__WHAT YOU ARE ASKED TO DO__: From the entries that follow, copy each line in which "IFCLOCALPLACEMENT" appears.

Dataset records
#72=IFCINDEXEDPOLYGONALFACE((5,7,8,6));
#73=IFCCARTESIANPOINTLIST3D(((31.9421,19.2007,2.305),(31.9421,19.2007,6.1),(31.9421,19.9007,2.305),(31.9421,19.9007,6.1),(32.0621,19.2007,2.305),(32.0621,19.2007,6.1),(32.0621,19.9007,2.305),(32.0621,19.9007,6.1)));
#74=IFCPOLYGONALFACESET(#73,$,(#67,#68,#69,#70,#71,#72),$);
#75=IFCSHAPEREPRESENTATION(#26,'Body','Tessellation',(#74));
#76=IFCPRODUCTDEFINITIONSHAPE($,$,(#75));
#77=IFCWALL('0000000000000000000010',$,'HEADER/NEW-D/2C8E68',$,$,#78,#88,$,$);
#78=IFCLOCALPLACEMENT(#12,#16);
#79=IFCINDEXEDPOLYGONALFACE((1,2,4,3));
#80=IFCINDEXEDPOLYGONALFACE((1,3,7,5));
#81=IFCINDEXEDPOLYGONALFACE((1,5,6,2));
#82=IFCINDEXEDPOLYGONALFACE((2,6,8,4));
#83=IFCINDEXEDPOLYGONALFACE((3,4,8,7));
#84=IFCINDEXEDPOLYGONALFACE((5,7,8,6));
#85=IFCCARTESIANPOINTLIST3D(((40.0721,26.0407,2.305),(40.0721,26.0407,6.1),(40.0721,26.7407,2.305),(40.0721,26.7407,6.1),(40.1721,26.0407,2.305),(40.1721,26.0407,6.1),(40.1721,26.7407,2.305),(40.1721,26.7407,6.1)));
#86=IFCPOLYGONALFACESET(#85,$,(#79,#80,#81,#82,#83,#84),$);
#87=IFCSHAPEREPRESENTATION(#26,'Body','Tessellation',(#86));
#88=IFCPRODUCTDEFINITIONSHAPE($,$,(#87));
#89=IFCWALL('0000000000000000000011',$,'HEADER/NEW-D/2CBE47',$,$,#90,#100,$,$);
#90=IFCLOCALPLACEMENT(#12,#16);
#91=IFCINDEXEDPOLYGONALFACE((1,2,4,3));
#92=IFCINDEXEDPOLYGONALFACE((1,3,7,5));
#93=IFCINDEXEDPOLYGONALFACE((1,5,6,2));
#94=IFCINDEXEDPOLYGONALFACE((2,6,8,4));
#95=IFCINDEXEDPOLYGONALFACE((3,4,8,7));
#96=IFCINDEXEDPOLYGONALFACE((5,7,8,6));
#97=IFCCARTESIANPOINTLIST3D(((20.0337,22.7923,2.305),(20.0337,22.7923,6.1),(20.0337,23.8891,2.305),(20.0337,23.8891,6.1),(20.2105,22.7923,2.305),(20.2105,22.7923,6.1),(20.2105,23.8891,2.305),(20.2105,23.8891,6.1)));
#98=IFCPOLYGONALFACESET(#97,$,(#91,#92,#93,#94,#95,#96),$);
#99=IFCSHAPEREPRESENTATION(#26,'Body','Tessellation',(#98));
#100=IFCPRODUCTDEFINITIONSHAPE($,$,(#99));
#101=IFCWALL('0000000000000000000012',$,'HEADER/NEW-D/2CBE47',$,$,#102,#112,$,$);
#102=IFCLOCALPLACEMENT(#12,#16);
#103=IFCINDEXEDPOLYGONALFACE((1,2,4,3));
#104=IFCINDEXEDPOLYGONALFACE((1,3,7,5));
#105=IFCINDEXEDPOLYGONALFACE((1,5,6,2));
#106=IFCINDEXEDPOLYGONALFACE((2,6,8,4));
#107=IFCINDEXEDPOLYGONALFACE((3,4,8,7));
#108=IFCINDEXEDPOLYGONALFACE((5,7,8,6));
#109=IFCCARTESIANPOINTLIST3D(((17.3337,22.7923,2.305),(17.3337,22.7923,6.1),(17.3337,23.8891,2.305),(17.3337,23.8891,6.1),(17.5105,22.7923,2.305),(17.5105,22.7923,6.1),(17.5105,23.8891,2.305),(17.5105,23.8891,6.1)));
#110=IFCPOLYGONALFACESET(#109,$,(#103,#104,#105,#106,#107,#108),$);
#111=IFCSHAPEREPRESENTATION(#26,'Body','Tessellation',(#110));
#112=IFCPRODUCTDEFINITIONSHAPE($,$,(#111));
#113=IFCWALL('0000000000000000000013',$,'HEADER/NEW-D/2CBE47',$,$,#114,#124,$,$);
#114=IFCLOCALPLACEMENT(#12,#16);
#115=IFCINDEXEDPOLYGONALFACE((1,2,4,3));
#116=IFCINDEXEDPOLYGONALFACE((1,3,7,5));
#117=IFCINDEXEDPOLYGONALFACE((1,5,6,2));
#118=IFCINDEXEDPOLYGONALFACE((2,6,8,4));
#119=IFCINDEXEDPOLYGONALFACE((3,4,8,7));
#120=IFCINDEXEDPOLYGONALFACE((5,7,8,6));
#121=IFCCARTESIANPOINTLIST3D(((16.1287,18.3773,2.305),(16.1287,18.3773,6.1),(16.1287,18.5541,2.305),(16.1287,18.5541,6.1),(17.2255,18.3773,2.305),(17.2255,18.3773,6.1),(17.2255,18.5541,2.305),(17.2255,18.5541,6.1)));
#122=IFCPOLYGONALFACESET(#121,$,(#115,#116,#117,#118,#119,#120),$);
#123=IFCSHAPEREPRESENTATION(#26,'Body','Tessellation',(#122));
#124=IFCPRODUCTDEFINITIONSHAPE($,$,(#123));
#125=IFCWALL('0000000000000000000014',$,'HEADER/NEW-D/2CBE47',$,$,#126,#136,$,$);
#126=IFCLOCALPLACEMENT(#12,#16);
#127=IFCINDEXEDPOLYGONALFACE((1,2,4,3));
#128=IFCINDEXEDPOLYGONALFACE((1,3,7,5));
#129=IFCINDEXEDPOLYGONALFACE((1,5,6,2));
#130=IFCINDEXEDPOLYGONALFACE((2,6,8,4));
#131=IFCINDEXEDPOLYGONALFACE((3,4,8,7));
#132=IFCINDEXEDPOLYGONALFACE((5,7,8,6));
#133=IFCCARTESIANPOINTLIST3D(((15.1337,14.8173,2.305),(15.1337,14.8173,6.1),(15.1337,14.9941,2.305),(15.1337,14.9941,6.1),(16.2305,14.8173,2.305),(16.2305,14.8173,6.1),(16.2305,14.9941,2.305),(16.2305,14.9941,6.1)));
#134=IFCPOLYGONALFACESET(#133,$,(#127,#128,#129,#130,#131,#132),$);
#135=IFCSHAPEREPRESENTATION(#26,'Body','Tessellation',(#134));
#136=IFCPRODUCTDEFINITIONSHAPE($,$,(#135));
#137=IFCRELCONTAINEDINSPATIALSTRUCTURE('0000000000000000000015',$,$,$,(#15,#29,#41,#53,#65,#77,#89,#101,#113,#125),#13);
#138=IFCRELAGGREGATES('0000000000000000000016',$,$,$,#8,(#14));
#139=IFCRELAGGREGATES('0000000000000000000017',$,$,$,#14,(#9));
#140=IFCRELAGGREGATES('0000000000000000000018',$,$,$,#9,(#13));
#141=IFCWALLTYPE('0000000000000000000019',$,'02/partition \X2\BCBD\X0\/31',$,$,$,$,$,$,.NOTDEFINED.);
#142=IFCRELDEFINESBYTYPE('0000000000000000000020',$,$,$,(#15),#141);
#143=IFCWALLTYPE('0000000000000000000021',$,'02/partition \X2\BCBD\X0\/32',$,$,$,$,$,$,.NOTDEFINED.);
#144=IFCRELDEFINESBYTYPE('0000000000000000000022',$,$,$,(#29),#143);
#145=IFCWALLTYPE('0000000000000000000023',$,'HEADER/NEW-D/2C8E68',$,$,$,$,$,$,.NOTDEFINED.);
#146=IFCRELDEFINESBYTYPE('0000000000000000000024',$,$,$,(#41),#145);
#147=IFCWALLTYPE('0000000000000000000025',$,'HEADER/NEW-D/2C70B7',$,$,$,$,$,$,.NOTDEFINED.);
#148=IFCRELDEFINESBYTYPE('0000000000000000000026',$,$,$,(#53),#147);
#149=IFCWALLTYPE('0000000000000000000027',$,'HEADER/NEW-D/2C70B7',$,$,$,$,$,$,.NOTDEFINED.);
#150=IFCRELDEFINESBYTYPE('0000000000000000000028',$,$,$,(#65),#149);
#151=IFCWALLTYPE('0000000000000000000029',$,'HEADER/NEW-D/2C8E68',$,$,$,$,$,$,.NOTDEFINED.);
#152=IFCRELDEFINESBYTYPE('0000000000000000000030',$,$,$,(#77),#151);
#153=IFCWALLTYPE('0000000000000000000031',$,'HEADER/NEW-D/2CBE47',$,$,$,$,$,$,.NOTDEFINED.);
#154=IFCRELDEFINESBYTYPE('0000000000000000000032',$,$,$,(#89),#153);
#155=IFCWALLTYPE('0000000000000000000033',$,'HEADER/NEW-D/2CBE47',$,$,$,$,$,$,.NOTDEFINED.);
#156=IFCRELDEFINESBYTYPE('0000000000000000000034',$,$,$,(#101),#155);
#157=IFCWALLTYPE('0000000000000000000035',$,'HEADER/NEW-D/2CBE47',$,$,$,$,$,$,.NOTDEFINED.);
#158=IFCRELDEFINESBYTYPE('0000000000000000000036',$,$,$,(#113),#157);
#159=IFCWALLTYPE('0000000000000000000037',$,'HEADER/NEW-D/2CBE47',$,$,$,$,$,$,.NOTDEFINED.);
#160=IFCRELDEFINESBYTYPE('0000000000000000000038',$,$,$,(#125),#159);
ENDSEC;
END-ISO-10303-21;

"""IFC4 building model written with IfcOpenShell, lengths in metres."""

__RESPONSE AREA__:
#78=IFCLOCALPLACEMENT(#12,#16);
#90=IFCLOCALPLACEMENT(#12,#16);
#102=IFCLOCALPLACEMENT(#12,#16);
#114=IFCLOCALPLACEMENT(#12,#16);
#126=IFCLOCALPLACEMENT(#12,#16);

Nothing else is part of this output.